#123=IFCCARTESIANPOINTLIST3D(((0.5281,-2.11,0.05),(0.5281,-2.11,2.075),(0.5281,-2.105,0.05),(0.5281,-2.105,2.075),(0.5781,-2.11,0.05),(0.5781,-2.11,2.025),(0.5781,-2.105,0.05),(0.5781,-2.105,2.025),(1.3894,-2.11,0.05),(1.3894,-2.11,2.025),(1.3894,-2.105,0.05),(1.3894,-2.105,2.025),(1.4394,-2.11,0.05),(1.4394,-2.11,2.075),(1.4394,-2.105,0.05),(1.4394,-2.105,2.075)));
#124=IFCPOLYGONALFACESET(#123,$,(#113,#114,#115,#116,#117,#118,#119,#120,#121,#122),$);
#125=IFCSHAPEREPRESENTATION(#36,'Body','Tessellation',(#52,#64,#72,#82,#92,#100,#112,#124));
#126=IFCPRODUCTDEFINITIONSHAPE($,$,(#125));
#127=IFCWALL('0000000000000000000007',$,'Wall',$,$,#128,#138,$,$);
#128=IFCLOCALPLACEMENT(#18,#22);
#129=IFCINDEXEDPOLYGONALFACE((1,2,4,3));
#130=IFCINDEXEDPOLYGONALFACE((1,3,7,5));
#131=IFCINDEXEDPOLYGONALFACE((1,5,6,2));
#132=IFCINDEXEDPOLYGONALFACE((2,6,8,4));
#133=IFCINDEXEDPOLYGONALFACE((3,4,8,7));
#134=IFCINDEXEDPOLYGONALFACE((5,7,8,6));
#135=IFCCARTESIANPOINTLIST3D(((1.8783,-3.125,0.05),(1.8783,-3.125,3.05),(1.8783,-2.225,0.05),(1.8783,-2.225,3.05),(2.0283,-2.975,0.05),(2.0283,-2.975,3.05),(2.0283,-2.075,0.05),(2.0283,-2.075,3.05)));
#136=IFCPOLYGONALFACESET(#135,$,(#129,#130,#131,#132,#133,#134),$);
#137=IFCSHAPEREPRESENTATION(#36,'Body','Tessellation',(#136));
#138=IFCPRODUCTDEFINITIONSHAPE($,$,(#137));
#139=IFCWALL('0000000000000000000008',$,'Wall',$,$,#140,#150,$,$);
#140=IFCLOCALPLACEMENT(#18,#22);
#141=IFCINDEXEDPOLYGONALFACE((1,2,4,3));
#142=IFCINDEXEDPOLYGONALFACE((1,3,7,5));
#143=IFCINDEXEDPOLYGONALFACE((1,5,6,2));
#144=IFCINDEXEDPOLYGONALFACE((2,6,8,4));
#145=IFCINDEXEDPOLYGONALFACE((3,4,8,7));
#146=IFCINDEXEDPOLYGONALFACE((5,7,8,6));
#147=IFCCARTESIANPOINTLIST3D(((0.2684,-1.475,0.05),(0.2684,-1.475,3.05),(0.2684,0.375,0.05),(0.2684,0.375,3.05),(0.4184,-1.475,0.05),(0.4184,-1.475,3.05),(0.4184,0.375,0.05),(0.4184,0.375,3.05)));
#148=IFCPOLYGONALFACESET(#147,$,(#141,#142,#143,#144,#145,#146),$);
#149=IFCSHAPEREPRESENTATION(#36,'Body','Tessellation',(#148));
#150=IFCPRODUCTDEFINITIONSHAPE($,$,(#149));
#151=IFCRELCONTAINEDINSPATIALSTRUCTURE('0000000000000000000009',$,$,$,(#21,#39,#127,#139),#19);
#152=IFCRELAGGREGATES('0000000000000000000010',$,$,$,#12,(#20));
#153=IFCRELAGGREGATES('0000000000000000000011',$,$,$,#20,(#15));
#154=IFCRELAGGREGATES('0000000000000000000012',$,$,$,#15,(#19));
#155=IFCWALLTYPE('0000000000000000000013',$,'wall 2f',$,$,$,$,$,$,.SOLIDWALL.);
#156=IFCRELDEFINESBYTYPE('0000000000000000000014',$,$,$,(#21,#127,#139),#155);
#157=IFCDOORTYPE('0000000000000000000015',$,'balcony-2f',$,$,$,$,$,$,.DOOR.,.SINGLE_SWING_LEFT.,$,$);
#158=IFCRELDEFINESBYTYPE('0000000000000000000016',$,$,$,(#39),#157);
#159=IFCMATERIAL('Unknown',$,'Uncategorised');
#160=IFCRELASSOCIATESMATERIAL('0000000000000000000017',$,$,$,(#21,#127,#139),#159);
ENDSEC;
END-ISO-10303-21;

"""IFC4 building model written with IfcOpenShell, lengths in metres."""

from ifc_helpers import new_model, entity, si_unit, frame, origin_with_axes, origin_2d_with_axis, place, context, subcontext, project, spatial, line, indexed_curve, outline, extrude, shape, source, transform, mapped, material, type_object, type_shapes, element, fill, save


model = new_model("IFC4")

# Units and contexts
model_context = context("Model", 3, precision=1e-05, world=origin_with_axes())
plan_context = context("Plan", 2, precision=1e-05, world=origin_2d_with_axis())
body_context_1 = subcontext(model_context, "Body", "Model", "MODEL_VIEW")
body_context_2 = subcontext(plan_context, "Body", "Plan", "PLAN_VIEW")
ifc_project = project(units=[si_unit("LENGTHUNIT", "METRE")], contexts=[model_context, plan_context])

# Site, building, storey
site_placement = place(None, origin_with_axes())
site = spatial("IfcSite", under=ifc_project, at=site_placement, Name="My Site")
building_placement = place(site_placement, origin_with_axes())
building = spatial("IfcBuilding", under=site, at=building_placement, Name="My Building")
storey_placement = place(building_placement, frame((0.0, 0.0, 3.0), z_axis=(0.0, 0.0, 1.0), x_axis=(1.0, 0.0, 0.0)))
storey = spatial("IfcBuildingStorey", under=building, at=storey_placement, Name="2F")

(Instructions for the task): Find and copy each line in the material above where the string "IFCINDEXEDPOLYGONALFACE" occurs.

(Exercise output):
#129=IFCINDEXEDPOLYGONALFACE((1,2,4,3));
#130=IFCINDEXEDPOLYGONALFACE((1,3,7,5));
#131=IFCINDEXEDPOLYGONALFACE((1,5,6,2));
#132=IFCINDEXEDPOLYGONALFACE((2,6,8,4));
#133=IFCINDEXEDPOLYGONALFACE((3,4,8,7));
#134=IFCINDEXEDPOLYGONALFACE((5,7,8,6));
#141=IFCINDEXEDPOLYGONALFACE((1,2,4,3));
#142=IFCINDEXEDPOLYGONALFACE((1,3,7,5));
#143=IFCINDEXEDPOLYGONALFACE((1,5,6,2));
#144=IFCINDEXEDPOLYGONALFACE((2,6,8,4));
#145=IFCINDEXEDPOLYGONALFACE((3,4,8,7));
#146=IFCINDEXEDPOLYGONALFACE((5,7,8,6));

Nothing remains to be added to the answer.